Don't write it off *'cycle'*... they could be horsehair damaged by a tight saddle.


----------



## EarlS (Dec 21, 2011)

LBD - I'm guessing *Aussie* made would use kangaroo hair, or maybe brumby hair?


----------



## LittleBlackDuck (Feb 26, 2016)

> LBD - I m guessing *Aussie* made would use kangaroo hair, or maybe brumby hair?
> 
> - EarlS


 We're all r-soles… we've sold out souls for *Chinese made*… I hear we're starting to import kangaroos and koalas… rumors have it that Platipi are being cloned in *Wuhan* like our *Flying foxes* (bats).
Though, since smoking has become unpopular, we have heaps of *Camels*!


----------



## Foghorn (Jan 30, 2020)

I have a very similar, USA made one that I got from LeeValley some years ago. Very handy!


----------



## GaryCN (Aug 18, 2007)

The masonry brush is the one I use most.


----------



## bobfromsanluis (Jul 23, 2016)

I've always been a fan of keeping a brush handy in the shop, used to have 3 of them stored in different areas (my shop isn't all that big, I'm just "efficient"{lazy?}), but slowly my wife has commandeered 2 of them, but the last one will have to be pried from my fingers …


----------



## Buck_Thorne (Jun 20, 2015)

YES!! And a large steel dustpan. Plastic bristles and plastic dustpans should just be banned!


----------



## LittleBlackDuck (Feb 26, 2016)

> ... Plastic bristles and plastic dustpans should just be *banned*!
> - Buck Thorne


Right *Bucky*,,,









Like, 

concrete floors that blunt chisels and break dropped glass… 
and wooden floors that gobble up screws between cracks.. 
and rubber mats that turn the floor into an ice-rink with a layer of sawdust… 
and lights that cast a shadow when you bend over your work and you cant see for that shadow… 
and SWMBO that tells you to take out the rubbish when you're just about to open an icy cold beer (or warm vino)...
and…

Everyone should buy a *bluetoothed Fe$tool dust extractor*!


----------



## WilsonLR (Oct 21, 2021)

Like the young bride asking her grandmother why their family cuts the ham in half before cooking only to find out it's because grandmother's pot was too small for a whole one, I have a 4" paint brush style on my bench just like my Dad did and his Dad before him. All that said, I find using spurts of compressed air keeps my bench far cleaner and the brush far less used. YMMV


----------



## EricFai (Sep 30, 2018)

I have a few brushes in the shop, in different areas. Years ago I had a wallpaper brush, that worked great. But as Les stated, a burst of air works wonders


----------



## EarlS (Dec 21, 2011)

IMO - a burst of air just moves the dust from one spot and disperses it all over the shop. With a brush you can get it in a pile without creating a big dust cloud and then either sweep it into a dust pan or vacuum it up.

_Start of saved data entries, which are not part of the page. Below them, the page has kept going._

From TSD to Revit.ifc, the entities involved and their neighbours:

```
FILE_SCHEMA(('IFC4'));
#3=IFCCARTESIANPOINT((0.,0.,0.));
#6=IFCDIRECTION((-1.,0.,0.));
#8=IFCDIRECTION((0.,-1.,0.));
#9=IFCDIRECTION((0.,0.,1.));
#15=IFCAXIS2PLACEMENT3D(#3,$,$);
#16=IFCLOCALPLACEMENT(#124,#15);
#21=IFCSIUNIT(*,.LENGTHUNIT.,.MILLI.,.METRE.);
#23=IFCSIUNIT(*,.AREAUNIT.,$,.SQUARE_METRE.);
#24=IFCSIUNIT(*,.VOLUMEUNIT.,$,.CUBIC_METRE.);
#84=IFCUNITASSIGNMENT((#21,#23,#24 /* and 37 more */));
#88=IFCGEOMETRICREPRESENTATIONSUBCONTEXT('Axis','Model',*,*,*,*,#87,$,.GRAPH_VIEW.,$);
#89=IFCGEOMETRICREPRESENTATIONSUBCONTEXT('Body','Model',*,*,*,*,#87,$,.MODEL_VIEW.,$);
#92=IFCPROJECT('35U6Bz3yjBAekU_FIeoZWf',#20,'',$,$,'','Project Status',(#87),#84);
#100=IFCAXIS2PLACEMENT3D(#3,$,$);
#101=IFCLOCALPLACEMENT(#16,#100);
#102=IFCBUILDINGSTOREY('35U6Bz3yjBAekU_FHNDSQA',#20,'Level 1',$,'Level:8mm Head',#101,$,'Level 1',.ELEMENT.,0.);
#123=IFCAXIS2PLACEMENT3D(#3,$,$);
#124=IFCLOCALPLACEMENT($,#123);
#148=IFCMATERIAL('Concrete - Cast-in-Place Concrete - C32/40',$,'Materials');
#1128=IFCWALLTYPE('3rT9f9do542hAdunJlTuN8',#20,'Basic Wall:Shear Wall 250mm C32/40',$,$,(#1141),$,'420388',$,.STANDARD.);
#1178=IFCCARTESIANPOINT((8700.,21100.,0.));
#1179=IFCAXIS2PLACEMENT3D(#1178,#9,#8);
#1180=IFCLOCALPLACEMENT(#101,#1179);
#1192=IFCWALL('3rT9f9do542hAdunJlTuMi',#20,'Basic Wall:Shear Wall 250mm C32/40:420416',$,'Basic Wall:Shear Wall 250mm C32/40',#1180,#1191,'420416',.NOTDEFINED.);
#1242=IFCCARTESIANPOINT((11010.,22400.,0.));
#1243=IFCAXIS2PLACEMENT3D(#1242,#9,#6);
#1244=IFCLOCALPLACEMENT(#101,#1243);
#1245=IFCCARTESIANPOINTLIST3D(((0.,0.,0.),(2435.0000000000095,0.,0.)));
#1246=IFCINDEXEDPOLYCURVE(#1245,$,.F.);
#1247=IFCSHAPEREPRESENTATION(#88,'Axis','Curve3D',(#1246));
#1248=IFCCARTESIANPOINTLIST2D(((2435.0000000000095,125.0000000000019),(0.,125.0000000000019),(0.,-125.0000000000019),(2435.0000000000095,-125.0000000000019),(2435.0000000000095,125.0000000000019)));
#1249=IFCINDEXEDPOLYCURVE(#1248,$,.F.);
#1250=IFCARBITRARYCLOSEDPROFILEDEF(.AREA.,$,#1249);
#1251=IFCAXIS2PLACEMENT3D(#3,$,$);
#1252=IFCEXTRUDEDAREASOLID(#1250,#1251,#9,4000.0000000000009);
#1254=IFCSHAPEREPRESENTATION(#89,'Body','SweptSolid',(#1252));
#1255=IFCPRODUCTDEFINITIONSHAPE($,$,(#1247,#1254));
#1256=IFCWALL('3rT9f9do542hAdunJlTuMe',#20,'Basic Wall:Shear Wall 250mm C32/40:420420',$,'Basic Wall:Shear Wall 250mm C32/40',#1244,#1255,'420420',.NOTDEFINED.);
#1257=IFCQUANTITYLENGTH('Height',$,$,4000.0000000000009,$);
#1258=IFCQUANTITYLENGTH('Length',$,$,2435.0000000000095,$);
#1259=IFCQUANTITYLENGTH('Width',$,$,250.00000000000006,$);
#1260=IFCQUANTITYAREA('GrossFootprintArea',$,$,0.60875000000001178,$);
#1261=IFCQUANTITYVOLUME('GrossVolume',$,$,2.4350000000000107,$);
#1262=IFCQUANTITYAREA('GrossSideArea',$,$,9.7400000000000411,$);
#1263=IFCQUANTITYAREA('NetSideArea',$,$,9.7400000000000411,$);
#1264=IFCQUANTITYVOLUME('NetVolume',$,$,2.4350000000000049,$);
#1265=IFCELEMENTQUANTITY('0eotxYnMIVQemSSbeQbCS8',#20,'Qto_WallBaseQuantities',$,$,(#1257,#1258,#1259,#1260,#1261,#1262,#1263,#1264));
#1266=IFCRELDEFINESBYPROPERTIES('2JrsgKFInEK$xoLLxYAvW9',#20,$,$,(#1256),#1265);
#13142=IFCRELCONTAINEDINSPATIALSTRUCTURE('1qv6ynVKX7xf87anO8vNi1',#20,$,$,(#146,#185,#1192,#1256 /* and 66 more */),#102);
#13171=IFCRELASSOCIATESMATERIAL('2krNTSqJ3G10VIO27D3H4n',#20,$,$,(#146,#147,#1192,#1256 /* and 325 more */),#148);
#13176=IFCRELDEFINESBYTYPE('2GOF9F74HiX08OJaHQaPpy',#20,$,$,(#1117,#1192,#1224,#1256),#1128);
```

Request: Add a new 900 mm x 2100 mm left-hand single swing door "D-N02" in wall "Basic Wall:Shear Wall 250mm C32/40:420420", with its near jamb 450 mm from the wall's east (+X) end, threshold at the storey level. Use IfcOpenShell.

```python
import numpy as np
import ifcopenshell
import ifcopenshell.api.feature
import ifcopenshell.api.geometry
import ifcopenshell.api.pset
import ifcopenshell.api.root
import ifcopenshell.api.spatial
import ifcopenshell.geom
import ifcopenshell.util.element
import ifcopenshell.util.placement
import ifcopenshell.util.representation
import ifcopenshell.util.shape
import ifcopenshell.util.unit

model = ifcopenshell.open("TSD to Revit.ifc")
unit_scale = ifcopenshell.util.unit.calculate_unit_scale(model)
area_scale = ifcopenshell.util.unit.calculate_unit_scale(model, "AREAUNIT")
volume_scale = ifcopenshell.util.unit.calculate_unit_scale(model, "VOLUMEUNIT")
settings = ifcopenshell.geom.settings()


def volume(element):
    """Net volume in cubic metres, openings subtracted."""
    shape = ifcopenshell.geom.create_shape(settings, element)
    return ifcopenshell.util.shape.get_volume(shape.geometry)


wall = model.by_guid("3rT9f9do542hAdunJlTuMe")
storey = ifcopenshell.util.element.get_container(wall, ifc_class="IfcBuildingStorey")
context = ifcopenshell.util.representation.get_context(model, "Model", "Body", "MODEL_VIEW")
before = volume(wall)

width, height, from_end, sill = 0.9, 2.1, 0.45, 0.0  # metres

# The wall runs along its own X axis, and the end named is its -X end.
wall_shape = ifcopenshell.geom.create_shape(settings, wall)
x, y, z = ifcopenshell.util.shape.get_vertices(wall_shape.geometry).T
start = x.min() + from_end
face, thickness = float(y.min()), float(y.max() - y.min())
wall_matrix = ifcopenshell.util.placement.get_local_placement(wall.ObjectPlacement)
level = ifcopenshell.util.placement.get_local_placement(storey.ObjectPlacement)[2, 3]


def in_wall(x, y):
    """Placement at x, y metres in the wall's axes, at sill height."""
    matrix = wall_matrix.copy()
    matrix[:, 3] = wall_matrix @ np.array([x / unit_scale, y / unit_scale, 0.0, 1.0])
    matrix[2, 3] = level + sill / unit_scale
    return matrix


# Opening: a box that overshoots both wall faces by 50 mm.
opening = ifcopenshell.api.root.create_entity(model, ifc_class="IfcOpeningElement", predefined_type="OPENING")
box = ifcopenshell.api.geometry.add_wall_representation(
    model, context=context, length=width, height=height, thickness=thickness + 0.1
)
ifcopenshell.api.geometry.assign_representation(model, product=opening, representation=box)
ifcopenshell.api.geometry.edit_object_placement(model, product=opening, matrix=in_wall(start, face - 0.05), is_si=False)
ifcopenshell.api.feature.add_feature(model, feature=opening, element=wall)

door = ifcopenshell.api.root.create_entity(model, ifc_class="IfcDoor", name="D-N02", predefined_type="DOOR")
door.OverallWidth, door.OverallHeight = width / unit_scale, height / unit_scale
door.OperationType = "SINGLE_SWING_LEFT"
body = ifcopenshell.api.geometry.add_door_representation(
    model,
    context=context,
    overall_width=door.OverallWidth,
    overall_height=door.OverallHeight,
    operation_type="SINGLE_SWING_LEFT",
    lining_properties={"LiningDepth": thickness / unit_scale, "ThresholdDepth": thickness / unit_scale},
)
ifcopenshell.api.geometry.assign_representation(model, product=door, representation=body)
ifcopenshell.api.spatial.assign_container(model, products=[door], relating_structure=storey)
ifcopenshell.api.feature.add_filling(model, opening=opening, element=door)

# The lining spans the wall, so the door starts at the wall face.
ifcopenshell.api.geometry.edit_object_placement(model, product=door, matrix=in_wall(start, face), is_si=False)

after = volume(wall)

# Update the wall's stored quantities.
qto = model.by_id(ifcopenshell.util.element.get_pset(wall, "Qto_WallBaseQuantities", should_inherit=False)["id"])
ifcopenshell.api.pset.edit_qto(model, qto=qto, properties={
    "NetSideArea": after / thickness / area_scale,
    "NetVolume": after / volume_scale,
})

print(f"wall volume {before:.3f} -> {after:.3f} m3")

model.write("TSD to Revit_v2.ifc")
```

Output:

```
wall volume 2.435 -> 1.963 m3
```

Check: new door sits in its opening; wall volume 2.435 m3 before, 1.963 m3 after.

I don't have an air compressor in the shop either so that approach wouldn't work for me.


----------



## EricFai (Sep 30, 2018)

As I am working in the shop, I just brush the chips off the bench to the floor. Then eventually it's sweeped up. Same goes for the dust that accumulates on other benches and the desk. Guess I'm not that tidy of a person in the shop. But I will clean between projects and try to put tools away when I'm done with them. That is one thing about having a separate shop building, I can turn the lights out and close the door.


----------



## HokieKen (Apr 14, 2015)

I use compressed air a lot too. Mostly just when I don't want to move stuff to brush. Like the shelf under my bench ONLY gets cleaned with compressed air. But, like Earl said, the dust just goes into the air and settles elsewhere. Sooner or later it has to get swept/brushed. Unless I open the bay doors and fire up the leaf blower for some *********************************** Dust Collection ;-)


----------



## EEngineer (Jul 4, 2008)

$25?? Twenty-five dollars??

I have a brush near each large machine. All 6 or 7 of them together didn't add up to $25. In fact, the last small bucket-vac that I bought, plus the bucket to put it on, didn't cost $25.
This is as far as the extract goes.